== EXERCISE ==
If a line below includes the string "SweptSolid", copy it.

== DATASET RECORDS ==
____

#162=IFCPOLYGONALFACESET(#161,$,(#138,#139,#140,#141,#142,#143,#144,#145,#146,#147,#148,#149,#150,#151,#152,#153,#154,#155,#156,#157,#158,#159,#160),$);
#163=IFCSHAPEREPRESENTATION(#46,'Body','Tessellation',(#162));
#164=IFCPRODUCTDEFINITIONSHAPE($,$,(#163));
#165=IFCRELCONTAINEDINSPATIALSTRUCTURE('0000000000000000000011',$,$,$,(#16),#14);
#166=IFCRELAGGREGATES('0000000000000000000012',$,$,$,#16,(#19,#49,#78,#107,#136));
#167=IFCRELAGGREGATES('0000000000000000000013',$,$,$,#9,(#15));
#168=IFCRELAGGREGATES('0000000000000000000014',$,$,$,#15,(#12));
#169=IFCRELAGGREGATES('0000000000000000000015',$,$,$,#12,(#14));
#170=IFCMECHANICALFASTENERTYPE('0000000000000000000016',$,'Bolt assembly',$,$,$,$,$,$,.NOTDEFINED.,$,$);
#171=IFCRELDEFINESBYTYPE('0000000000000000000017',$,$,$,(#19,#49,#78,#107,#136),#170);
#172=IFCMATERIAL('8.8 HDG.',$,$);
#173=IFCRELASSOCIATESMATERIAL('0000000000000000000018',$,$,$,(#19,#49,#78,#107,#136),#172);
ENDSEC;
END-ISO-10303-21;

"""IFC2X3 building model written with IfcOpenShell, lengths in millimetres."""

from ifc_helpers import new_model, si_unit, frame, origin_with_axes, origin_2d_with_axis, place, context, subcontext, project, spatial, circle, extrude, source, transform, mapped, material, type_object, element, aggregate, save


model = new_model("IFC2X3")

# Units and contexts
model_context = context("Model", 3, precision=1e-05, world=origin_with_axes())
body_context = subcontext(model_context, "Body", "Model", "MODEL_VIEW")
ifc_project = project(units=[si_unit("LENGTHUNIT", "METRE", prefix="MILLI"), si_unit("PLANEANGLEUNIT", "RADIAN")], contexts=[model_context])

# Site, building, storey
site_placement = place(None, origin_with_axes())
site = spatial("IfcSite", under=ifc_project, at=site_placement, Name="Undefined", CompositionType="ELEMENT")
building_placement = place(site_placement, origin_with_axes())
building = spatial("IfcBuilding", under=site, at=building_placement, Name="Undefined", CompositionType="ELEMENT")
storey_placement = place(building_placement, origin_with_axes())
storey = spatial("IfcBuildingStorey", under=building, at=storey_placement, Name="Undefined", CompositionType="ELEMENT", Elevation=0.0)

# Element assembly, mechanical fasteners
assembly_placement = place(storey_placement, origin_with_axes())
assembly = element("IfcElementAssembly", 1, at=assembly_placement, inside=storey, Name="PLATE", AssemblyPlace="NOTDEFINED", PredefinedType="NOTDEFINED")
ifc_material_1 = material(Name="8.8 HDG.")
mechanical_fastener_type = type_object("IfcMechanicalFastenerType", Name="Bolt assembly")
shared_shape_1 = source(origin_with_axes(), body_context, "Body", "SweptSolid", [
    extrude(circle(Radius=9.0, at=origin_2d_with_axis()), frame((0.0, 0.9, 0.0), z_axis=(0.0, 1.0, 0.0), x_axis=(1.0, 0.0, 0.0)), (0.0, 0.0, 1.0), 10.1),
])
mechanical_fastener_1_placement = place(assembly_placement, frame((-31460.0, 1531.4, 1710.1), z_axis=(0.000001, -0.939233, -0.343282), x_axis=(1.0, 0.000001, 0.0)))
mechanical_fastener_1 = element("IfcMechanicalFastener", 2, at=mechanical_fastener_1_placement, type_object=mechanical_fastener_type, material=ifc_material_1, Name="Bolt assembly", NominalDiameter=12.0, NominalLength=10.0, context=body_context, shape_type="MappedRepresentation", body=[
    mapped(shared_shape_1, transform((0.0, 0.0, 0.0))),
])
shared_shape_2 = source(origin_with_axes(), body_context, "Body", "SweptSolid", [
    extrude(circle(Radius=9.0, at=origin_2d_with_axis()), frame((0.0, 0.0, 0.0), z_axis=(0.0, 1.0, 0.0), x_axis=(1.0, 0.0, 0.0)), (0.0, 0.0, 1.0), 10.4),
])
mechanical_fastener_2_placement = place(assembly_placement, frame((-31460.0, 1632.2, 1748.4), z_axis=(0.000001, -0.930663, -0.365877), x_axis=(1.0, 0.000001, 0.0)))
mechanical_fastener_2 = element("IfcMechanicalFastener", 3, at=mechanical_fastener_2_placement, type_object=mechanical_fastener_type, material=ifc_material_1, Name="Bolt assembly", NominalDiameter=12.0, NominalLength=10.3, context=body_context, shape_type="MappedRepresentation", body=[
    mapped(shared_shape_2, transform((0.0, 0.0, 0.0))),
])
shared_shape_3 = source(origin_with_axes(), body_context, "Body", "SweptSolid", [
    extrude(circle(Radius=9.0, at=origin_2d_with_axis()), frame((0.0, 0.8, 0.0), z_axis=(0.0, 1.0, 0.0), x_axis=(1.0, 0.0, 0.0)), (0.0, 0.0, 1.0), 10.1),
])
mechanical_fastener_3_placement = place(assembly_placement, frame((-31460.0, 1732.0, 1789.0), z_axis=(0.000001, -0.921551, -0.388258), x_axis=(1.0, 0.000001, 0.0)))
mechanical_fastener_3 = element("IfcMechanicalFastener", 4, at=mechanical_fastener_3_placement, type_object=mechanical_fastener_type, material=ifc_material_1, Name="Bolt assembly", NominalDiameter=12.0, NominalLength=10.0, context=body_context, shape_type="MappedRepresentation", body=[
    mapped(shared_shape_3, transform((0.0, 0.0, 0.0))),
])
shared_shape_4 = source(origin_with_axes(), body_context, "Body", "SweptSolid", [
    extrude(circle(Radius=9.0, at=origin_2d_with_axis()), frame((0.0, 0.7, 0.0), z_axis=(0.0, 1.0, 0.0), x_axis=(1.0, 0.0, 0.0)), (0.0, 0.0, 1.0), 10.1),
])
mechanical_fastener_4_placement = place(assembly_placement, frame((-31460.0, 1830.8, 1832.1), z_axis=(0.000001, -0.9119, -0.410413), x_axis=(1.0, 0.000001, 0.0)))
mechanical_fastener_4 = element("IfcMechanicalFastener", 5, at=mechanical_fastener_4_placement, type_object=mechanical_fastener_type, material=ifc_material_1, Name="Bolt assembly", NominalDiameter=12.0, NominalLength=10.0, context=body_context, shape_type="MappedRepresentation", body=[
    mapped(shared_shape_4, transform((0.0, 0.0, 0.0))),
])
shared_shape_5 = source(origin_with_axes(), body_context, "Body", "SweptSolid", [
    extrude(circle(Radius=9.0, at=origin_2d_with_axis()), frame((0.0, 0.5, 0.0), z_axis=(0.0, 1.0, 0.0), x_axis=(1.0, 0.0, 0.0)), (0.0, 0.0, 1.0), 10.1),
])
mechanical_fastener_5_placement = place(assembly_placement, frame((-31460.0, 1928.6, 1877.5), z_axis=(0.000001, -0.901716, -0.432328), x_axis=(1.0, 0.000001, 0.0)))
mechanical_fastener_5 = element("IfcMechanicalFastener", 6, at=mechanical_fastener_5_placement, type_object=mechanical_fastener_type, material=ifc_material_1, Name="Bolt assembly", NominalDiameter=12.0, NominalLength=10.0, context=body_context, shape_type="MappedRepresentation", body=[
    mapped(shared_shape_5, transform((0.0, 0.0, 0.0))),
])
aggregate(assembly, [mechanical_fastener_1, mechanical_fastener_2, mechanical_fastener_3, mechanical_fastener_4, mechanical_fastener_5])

____

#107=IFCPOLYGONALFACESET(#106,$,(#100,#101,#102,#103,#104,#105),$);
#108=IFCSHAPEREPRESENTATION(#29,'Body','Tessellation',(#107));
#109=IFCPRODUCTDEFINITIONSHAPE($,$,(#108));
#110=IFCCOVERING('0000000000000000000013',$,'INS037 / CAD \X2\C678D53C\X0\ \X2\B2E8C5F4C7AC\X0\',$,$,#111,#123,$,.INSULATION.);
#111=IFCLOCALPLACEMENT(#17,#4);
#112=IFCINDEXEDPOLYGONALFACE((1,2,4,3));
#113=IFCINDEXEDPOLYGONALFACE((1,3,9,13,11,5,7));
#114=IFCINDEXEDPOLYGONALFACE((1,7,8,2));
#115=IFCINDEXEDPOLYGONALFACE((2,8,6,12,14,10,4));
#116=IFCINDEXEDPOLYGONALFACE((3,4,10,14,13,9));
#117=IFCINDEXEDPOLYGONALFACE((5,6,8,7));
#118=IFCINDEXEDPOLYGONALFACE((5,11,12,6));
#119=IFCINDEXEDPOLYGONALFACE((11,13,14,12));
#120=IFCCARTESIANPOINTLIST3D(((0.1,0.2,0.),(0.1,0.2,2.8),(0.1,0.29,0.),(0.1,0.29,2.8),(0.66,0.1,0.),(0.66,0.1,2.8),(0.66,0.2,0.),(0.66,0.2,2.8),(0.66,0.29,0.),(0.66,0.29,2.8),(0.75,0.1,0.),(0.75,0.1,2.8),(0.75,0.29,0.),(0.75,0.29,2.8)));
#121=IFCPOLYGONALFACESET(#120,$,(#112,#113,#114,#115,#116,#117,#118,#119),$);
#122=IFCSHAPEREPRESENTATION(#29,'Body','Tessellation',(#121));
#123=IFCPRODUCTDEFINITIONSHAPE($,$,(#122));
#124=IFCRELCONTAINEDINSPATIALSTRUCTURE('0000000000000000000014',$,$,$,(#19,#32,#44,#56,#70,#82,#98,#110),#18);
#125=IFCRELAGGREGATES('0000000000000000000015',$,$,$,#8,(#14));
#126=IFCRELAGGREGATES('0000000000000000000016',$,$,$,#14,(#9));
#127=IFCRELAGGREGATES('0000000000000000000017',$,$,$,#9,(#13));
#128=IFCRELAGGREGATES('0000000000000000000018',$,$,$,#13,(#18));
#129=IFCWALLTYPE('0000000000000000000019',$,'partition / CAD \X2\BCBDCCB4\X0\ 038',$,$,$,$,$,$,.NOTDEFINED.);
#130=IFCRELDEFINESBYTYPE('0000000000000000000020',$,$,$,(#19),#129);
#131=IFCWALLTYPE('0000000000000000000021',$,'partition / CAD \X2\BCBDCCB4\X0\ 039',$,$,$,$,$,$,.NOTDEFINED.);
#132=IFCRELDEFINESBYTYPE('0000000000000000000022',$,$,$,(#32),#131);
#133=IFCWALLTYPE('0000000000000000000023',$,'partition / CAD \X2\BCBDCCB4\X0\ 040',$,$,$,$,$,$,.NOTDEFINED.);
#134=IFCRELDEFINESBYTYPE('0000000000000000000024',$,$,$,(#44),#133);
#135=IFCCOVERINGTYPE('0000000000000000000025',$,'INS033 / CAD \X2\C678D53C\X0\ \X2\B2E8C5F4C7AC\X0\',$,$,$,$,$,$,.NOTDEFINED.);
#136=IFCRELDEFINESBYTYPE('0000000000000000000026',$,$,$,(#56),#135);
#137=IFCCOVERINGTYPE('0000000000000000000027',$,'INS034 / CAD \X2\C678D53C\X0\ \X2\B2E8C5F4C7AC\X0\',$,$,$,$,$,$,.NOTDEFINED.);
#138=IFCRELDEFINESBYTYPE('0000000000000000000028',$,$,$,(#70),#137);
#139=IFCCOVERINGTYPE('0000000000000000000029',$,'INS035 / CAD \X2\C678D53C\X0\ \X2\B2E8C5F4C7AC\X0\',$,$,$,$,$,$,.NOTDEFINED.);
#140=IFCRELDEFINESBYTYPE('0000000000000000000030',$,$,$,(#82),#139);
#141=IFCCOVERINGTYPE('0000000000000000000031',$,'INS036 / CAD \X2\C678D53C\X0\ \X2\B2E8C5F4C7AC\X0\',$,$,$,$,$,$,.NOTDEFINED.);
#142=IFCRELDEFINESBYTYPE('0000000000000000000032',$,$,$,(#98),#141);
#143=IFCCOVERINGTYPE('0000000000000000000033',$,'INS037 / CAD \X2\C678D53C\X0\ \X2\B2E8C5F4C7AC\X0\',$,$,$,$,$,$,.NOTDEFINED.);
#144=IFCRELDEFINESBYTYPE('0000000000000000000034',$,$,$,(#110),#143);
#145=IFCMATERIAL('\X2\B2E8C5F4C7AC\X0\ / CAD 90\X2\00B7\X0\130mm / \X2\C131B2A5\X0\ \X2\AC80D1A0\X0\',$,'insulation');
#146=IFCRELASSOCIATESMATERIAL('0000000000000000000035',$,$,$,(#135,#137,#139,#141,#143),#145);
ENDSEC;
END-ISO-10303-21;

____

== EXPECTED ANSWER ==
shared_shape_1 = source(origin_with_axes(), body_context, "Body", "SweptSolid", [
shared_shape_2 = source(origin_with_axes(), body_context, "Body", "SweptSolid", [
shared_shape_3 = source(origin_with_axes(), body_context, "Body", "SweptSolid", [
shared_shape_4 = source(origin_with_axes(), body_context, "Body", "SweptSolid", [
shared_shape_5 = source(origin_with_axes(), body_context, "Body", "SweptSolid", [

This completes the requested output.